Saturday 4 February 2017


The London Marathon this year is on St George's Day, April 23, 2017. April 23 is an important day for national treasures other than St George and the London Marathon. It's also William Shakespeare's birthday - and death day. Factoids are so Radio 2. I love them.

I thought I'd treat my readers and any sponsors, actual or potential, to the good news of my continuing and extending long runs for the last two Sundays - and at the same time explore the theme of  'The Back Garden'. A visual exploration of the role of the back garden in my journey through life.

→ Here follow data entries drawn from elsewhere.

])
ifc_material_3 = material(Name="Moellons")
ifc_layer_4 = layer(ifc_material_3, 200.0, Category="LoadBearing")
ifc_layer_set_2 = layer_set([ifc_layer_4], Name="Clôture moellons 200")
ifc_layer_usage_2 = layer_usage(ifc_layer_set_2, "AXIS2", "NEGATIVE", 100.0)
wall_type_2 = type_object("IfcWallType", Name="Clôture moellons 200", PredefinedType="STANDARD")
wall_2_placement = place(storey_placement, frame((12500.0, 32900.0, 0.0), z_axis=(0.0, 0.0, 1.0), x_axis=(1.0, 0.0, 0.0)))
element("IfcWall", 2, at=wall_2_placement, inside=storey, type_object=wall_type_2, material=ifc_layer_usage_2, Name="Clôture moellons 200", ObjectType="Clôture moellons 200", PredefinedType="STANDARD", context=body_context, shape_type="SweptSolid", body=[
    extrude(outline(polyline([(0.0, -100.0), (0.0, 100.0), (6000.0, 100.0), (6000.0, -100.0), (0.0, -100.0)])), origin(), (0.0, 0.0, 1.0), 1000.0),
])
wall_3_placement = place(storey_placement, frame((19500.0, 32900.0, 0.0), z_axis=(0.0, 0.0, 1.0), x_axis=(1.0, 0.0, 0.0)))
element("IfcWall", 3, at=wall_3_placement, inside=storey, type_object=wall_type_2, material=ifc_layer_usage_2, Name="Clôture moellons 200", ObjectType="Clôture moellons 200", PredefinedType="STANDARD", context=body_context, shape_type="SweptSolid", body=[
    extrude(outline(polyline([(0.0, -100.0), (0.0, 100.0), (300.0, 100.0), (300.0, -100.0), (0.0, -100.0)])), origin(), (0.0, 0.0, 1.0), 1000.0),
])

The back garden of our terraced home in St Ives - 2017

A contemporary shot. I used a cropped version of this picture for my Countdown to the London Marathon 2017 - Part 1 blog on January 17 last month but did not contextualise. Here I am in the back garden of our terraced home in St Ives in Cornwall, Dig down deep enough and you are highly

likely to find evidence of uncharted mine workings from the late 18th and early 19th centuries (see an earlier blog of mine using this link). You can see a stone bird bath on a pillar in front of the garden 'tilda. That stonework used to be in the back garden of Louise's Granny and Pop, Amy and George Scriven.

Here is a picture of  my granny and granddad taken in the 1950s in the back garden of their terraced home in Canterbury, Kent.

My Granddad and Gran in their back garden  

I was taken by my mum to Canterbury to see her mum and dad and family in this Canterbury terrace using the East Kent coach service every year or so in that decade. At the start of the 60s, these terraced homes were condemned and raised to the ground. Across the road, new council  houses were built and the community moved as one to these new homes with all mod cons. Granny and Granddad died within a year or two or this move. But Mum's sister, aunt Madge and her husband, Uncle Sonny, who had lived next door, continued living in their new council home and mum and I would make the occasional visit  to see them in Canterbury.

When my mum and I embarked on our trip to Canterbury in the 1950s, we would have set out from the family home in Bexley, Kent - a four-bedroomed semi-detached house. Here I am in the back garden with my sister, Sheila, and my teddy bear, Peter Ted - (for more on my inimitable transitional  object, see the blog that Peter Ted wrote last year, using this link).

My sister, me,  and Peter Ted

So in your imagination move now from the back garden of our St Ives terraced home, through the downstairs long room - our lower art gallery - and out the front door. Follow me as I set off on my local running circuit. Turn right for a few yards and then right again and you're on the Stennack, heading uphill out of St Ives. Keep it slow and steady until the body gets used to running up a steep hill. Keep right on and up until the pavement gives way and you look in front and behind and if it's  safe  you commit yourself to the mercies of the open road and car drivers. The road swings to the right now if you are continuing up the hill - and we are.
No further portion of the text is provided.